Records from a data collection
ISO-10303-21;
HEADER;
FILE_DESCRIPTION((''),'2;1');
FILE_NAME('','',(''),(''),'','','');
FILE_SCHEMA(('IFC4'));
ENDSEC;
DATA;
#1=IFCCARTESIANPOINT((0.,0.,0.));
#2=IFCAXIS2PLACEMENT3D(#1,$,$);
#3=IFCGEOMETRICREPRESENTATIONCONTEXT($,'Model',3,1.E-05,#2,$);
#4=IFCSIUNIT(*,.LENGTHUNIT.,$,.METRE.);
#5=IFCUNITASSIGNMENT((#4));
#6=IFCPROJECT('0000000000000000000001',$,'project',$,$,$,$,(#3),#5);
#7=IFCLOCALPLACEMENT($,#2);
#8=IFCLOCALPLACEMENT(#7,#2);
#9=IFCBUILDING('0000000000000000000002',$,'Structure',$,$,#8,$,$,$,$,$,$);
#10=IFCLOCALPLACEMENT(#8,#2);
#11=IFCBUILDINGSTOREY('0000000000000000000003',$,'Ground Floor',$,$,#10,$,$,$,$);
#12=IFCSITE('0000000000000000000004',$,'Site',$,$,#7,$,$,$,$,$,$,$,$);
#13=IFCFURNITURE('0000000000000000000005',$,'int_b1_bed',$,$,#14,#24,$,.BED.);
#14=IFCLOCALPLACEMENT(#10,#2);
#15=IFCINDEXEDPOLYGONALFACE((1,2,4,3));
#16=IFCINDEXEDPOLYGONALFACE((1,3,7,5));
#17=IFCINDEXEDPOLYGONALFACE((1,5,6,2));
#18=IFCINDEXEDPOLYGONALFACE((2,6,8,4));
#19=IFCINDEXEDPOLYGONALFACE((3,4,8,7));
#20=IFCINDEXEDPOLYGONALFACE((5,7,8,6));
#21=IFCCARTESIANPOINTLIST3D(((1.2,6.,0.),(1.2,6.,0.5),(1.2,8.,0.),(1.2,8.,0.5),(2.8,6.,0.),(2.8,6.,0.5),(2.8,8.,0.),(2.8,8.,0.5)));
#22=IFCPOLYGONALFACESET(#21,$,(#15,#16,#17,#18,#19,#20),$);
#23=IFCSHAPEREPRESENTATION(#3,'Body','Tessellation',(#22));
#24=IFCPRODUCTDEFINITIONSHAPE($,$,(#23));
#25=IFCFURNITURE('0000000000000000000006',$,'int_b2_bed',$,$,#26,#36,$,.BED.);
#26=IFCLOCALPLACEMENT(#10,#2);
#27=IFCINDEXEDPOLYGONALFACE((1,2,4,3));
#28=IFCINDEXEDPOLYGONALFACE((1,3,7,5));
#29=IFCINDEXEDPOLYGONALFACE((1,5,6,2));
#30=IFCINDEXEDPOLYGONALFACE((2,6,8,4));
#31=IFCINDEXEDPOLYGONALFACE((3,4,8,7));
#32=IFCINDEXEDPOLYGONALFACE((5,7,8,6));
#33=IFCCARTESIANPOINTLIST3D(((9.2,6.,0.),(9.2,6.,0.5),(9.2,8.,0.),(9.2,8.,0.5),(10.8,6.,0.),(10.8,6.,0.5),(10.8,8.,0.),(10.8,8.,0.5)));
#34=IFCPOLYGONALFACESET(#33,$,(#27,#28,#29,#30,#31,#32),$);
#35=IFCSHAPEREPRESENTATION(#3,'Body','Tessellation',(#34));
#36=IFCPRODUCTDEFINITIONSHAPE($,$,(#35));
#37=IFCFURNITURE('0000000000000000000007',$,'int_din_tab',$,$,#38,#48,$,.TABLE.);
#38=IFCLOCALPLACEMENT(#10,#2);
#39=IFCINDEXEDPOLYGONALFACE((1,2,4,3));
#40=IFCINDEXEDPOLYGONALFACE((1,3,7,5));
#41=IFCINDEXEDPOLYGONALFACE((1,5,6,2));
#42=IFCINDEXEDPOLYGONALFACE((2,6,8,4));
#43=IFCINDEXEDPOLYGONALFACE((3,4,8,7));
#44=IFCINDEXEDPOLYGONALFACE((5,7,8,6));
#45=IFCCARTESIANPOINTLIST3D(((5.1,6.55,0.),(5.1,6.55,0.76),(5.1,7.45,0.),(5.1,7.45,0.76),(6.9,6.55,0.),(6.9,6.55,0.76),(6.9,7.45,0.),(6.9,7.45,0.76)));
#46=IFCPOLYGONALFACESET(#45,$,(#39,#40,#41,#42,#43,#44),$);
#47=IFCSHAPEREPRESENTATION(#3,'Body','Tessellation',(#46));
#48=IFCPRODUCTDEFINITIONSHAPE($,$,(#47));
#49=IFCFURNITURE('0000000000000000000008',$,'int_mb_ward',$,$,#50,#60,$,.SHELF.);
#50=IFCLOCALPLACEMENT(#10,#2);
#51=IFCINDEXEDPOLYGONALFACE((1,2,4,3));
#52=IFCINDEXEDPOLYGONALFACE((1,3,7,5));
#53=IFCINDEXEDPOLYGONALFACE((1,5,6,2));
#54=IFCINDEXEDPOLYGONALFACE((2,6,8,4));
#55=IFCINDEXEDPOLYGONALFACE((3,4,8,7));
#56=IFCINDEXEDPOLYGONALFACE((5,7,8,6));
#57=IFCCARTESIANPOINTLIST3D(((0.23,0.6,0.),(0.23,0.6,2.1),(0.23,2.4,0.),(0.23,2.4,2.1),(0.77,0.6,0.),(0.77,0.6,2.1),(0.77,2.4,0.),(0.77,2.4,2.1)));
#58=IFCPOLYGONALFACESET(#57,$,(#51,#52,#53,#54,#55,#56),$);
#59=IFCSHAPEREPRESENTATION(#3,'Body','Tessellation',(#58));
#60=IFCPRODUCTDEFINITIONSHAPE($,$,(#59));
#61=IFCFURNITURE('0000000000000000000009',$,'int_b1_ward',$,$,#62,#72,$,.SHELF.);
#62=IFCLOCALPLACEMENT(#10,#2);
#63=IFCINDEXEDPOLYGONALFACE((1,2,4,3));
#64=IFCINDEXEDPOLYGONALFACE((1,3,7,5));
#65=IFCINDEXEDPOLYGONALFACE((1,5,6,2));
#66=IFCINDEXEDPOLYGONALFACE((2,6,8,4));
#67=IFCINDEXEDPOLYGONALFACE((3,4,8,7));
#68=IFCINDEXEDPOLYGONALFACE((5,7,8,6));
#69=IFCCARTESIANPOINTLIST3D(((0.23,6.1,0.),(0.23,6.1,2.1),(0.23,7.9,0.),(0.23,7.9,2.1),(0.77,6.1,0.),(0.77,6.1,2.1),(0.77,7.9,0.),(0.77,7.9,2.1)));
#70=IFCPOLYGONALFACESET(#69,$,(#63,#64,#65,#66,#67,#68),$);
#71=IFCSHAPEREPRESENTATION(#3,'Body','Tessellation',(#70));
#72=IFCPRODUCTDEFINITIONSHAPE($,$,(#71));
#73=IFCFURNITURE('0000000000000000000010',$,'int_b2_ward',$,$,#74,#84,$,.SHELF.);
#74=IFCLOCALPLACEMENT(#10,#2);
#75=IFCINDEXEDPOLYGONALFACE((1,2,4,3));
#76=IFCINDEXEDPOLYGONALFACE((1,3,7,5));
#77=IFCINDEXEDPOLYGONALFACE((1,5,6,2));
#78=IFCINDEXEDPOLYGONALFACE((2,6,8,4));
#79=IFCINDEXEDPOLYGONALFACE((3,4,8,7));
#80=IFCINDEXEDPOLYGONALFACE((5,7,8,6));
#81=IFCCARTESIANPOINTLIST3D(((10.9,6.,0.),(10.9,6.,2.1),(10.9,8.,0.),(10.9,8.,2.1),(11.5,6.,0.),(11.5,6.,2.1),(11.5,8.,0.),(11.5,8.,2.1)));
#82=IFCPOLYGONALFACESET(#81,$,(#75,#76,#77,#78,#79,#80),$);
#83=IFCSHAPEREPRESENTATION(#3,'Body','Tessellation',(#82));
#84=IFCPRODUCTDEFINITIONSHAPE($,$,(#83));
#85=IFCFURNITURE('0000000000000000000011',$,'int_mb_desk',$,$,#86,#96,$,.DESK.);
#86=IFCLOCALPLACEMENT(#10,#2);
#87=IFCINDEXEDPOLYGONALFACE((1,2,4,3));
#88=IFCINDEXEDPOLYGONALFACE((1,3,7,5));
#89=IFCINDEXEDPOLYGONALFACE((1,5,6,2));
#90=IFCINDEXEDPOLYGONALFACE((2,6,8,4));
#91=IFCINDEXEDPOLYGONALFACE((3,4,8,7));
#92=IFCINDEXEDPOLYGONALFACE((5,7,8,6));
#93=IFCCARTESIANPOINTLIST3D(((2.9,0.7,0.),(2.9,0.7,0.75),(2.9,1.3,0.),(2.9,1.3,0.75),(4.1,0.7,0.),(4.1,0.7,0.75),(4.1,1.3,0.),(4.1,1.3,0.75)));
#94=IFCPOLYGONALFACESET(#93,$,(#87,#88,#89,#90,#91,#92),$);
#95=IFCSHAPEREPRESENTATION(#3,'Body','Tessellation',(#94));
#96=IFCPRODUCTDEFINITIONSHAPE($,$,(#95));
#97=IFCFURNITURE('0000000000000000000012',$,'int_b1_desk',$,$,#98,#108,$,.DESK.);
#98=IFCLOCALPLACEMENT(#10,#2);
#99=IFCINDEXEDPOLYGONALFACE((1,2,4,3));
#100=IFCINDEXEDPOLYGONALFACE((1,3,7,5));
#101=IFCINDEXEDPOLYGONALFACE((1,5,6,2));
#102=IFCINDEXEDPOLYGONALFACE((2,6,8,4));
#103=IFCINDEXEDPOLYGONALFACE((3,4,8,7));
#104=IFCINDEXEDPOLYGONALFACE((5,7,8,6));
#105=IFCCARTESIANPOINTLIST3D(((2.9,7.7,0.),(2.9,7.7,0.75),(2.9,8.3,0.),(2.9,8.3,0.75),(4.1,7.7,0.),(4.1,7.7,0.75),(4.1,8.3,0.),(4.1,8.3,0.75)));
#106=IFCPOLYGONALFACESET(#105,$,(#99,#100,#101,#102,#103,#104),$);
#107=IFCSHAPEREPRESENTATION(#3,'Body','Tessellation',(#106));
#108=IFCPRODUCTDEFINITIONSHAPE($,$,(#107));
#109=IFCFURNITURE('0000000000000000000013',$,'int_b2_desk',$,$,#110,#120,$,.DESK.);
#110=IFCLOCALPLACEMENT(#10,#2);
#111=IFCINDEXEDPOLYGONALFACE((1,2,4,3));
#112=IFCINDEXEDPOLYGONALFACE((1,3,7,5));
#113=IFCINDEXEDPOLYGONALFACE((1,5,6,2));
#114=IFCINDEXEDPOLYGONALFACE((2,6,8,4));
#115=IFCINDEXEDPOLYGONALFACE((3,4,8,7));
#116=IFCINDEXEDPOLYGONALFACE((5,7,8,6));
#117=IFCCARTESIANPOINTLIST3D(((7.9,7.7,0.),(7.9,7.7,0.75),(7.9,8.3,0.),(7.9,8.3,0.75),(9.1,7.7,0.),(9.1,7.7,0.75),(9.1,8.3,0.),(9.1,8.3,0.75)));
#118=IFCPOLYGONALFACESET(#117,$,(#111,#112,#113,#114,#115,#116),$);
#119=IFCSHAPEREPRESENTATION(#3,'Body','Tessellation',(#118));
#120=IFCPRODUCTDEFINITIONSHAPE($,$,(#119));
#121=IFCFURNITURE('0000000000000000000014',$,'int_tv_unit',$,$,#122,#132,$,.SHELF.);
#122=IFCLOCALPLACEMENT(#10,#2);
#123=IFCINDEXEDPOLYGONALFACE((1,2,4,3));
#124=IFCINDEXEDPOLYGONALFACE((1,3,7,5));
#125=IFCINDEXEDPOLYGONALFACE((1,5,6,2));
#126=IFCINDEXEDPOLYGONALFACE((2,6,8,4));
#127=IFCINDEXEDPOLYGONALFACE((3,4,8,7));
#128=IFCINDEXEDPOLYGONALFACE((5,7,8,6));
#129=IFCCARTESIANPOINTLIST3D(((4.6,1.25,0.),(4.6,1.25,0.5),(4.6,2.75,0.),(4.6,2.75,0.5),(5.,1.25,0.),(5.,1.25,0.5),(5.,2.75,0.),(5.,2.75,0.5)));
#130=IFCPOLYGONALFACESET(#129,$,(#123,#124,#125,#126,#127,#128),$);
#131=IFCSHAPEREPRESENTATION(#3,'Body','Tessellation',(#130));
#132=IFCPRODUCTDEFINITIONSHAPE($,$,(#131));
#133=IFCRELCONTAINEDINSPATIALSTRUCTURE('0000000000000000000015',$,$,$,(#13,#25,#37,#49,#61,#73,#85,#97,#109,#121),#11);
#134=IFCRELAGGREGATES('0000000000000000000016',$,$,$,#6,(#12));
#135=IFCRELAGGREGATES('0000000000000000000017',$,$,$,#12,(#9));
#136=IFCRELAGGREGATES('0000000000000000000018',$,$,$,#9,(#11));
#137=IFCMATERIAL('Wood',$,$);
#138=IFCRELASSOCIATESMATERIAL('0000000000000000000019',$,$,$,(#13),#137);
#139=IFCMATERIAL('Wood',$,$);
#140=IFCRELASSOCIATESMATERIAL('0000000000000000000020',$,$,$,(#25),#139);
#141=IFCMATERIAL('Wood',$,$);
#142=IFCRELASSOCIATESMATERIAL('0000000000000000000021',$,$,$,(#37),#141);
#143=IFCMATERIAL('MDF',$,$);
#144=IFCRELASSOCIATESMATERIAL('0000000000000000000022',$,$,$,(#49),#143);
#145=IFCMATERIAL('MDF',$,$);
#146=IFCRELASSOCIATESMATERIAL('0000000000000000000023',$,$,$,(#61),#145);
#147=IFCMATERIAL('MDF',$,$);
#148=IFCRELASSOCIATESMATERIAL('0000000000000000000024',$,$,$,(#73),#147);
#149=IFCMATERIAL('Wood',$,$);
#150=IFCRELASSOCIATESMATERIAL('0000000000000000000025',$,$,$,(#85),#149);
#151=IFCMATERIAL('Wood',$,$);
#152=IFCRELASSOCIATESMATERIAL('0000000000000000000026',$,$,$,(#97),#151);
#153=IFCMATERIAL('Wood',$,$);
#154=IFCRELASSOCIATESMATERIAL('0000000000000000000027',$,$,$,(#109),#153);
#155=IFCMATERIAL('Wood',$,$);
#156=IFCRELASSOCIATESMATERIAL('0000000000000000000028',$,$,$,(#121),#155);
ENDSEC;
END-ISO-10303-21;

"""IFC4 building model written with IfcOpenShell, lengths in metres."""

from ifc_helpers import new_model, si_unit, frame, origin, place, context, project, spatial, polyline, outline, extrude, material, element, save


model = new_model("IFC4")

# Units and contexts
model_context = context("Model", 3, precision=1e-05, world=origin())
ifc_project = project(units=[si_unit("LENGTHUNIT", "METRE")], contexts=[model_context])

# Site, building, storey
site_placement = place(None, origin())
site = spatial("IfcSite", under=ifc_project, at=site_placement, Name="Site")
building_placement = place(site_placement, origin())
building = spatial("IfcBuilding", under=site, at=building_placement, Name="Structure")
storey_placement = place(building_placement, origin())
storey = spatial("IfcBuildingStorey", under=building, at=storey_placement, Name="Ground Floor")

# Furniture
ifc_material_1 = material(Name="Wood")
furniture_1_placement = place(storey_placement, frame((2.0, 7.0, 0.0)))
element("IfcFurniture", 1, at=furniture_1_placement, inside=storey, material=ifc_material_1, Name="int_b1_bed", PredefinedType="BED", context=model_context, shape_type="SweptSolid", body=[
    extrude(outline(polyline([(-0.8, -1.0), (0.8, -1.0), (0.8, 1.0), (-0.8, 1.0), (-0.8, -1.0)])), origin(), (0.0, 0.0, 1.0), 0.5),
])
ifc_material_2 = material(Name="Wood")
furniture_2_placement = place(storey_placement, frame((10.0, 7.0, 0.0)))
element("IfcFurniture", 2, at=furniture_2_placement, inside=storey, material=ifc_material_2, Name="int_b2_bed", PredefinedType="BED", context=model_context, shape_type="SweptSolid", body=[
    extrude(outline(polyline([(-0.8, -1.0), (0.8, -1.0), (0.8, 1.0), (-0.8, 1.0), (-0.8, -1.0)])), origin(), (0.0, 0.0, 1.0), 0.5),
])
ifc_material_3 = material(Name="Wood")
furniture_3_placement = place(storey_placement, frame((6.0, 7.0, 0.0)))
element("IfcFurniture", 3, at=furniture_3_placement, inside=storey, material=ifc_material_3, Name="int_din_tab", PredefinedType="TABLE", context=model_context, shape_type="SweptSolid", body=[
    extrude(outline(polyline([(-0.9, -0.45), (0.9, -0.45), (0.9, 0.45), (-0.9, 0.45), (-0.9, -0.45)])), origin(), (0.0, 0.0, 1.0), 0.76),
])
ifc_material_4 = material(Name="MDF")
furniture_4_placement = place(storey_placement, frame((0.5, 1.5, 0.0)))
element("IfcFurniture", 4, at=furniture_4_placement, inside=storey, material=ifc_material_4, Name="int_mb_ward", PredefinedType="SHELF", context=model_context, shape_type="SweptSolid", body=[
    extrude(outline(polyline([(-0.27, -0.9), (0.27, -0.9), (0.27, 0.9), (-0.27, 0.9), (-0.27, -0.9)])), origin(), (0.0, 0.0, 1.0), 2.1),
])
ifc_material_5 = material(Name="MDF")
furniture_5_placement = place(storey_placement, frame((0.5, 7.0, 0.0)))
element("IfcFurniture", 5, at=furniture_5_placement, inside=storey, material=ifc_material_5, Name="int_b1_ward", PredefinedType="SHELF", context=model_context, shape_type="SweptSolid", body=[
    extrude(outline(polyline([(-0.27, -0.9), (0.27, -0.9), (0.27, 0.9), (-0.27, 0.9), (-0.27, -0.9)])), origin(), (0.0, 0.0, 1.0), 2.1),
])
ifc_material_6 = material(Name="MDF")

==

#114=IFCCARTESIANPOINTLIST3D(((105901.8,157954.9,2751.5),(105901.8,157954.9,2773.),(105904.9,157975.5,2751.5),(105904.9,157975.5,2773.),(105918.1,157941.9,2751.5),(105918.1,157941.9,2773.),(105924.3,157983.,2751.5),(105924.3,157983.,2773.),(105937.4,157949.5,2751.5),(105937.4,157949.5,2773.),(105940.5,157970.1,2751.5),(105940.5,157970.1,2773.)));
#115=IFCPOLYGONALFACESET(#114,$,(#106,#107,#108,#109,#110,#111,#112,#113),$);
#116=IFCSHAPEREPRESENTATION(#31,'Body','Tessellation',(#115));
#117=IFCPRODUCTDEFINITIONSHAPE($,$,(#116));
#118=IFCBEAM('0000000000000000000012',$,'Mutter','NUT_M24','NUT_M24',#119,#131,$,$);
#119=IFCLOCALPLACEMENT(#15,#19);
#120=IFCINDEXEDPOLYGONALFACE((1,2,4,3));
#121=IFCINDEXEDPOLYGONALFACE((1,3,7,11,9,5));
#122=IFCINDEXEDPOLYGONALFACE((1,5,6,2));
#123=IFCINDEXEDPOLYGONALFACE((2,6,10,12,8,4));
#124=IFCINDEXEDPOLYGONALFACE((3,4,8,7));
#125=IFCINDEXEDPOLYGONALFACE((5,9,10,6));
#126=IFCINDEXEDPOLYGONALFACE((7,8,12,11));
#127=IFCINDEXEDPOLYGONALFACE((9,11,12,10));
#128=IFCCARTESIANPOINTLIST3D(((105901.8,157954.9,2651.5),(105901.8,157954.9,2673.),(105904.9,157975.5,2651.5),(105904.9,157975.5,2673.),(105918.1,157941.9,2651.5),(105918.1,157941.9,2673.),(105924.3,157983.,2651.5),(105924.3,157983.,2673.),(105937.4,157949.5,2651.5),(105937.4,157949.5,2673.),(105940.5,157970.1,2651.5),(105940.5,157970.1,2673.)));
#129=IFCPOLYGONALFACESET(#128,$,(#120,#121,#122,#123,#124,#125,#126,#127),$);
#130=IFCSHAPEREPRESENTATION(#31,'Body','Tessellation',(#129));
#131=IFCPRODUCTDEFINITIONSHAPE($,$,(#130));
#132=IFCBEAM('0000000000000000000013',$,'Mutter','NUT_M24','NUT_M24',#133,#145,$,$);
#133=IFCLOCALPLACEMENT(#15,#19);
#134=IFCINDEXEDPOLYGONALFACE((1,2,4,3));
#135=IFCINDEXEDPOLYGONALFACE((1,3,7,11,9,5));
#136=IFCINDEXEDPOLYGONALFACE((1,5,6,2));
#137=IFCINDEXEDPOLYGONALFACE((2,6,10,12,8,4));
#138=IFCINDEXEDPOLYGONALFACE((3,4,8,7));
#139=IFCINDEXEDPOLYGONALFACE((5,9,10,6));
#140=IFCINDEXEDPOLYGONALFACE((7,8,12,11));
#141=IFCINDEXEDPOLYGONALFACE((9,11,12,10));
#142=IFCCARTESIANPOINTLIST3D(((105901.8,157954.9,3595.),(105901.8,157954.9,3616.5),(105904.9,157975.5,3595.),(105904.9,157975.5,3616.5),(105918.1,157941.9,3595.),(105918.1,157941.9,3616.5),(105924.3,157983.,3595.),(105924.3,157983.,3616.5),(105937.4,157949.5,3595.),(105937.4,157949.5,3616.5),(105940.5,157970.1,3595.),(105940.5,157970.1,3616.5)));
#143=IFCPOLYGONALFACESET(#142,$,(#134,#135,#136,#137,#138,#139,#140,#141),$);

=== WHAT YOU ARE ASKED TO DO ===
Starting with the line that holds "#137=IFCMATERIAL('Wood',$,$);" and ending with the line that holds "END-ISO-10303-21;", retype every line in the data above exactly, and nothing else.

=== EXERCISE OUTPUT ===
#137=IFCMATERIAL('Wood',$,$);
#138=IFCRELASSOCIATESMATERIAL('0000000000000000000019',$,$,$,(#13),#137);
#139=IFCMATERIAL('Wood',$,$);
#140=IFCRELASSOCIATESMATERIAL('0000000000000000000020',$,$,$,(#25),#139);
#141=IFCMATERIAL('Wood',$,$);
#142=IFCRELASSOCIATESMATERIAL('0000000000000000000021',$,$,$,(#37),#141);
#143=IFCMATERIAL('MDF',$,$);
#144=IFCRELASSOCIATESMATERIAL('0000000000000000000022',$,$,$,(#49),#143);
#145=IFCMATERIAL('MDF',$,$);
#146=IFCRELASSOCIATESMATERIAL('0000000000000000000023',$,$,$,(#61),#145);
#147=IFCMATERIAL('MDF',$,$);
#148=IFCRELASSOCIATESMATERIAL('0000000000000000000024',$,$,$,(#73),#147);
#149=IFCMATERIAL('Wood',$,$);
#150=IFCRELASSOCIATESMATERIAL('0000000000000000000025',$,$,$,(#85),#149);
#151=IFCMATERIAL('Wood',$,$);
#152=IFCRELASSOCIATESMATERIAL('0000000000000000000026',$,$,$,(#97),#151);
#153=IFCMATERIAL('Wood',$,$);
#154=IFCRELASSOCIATESMATERIAL('0000000000000000000027',$,$,$,(#109),#153);
#155=IFCMATERIAL('Wood',$,$);
#156=IFCRELASSOCIATESMATERIAL('0000000000000000000028',$,$,$,(#121),#155);
ENDSEC;
END-ISO-10303-21;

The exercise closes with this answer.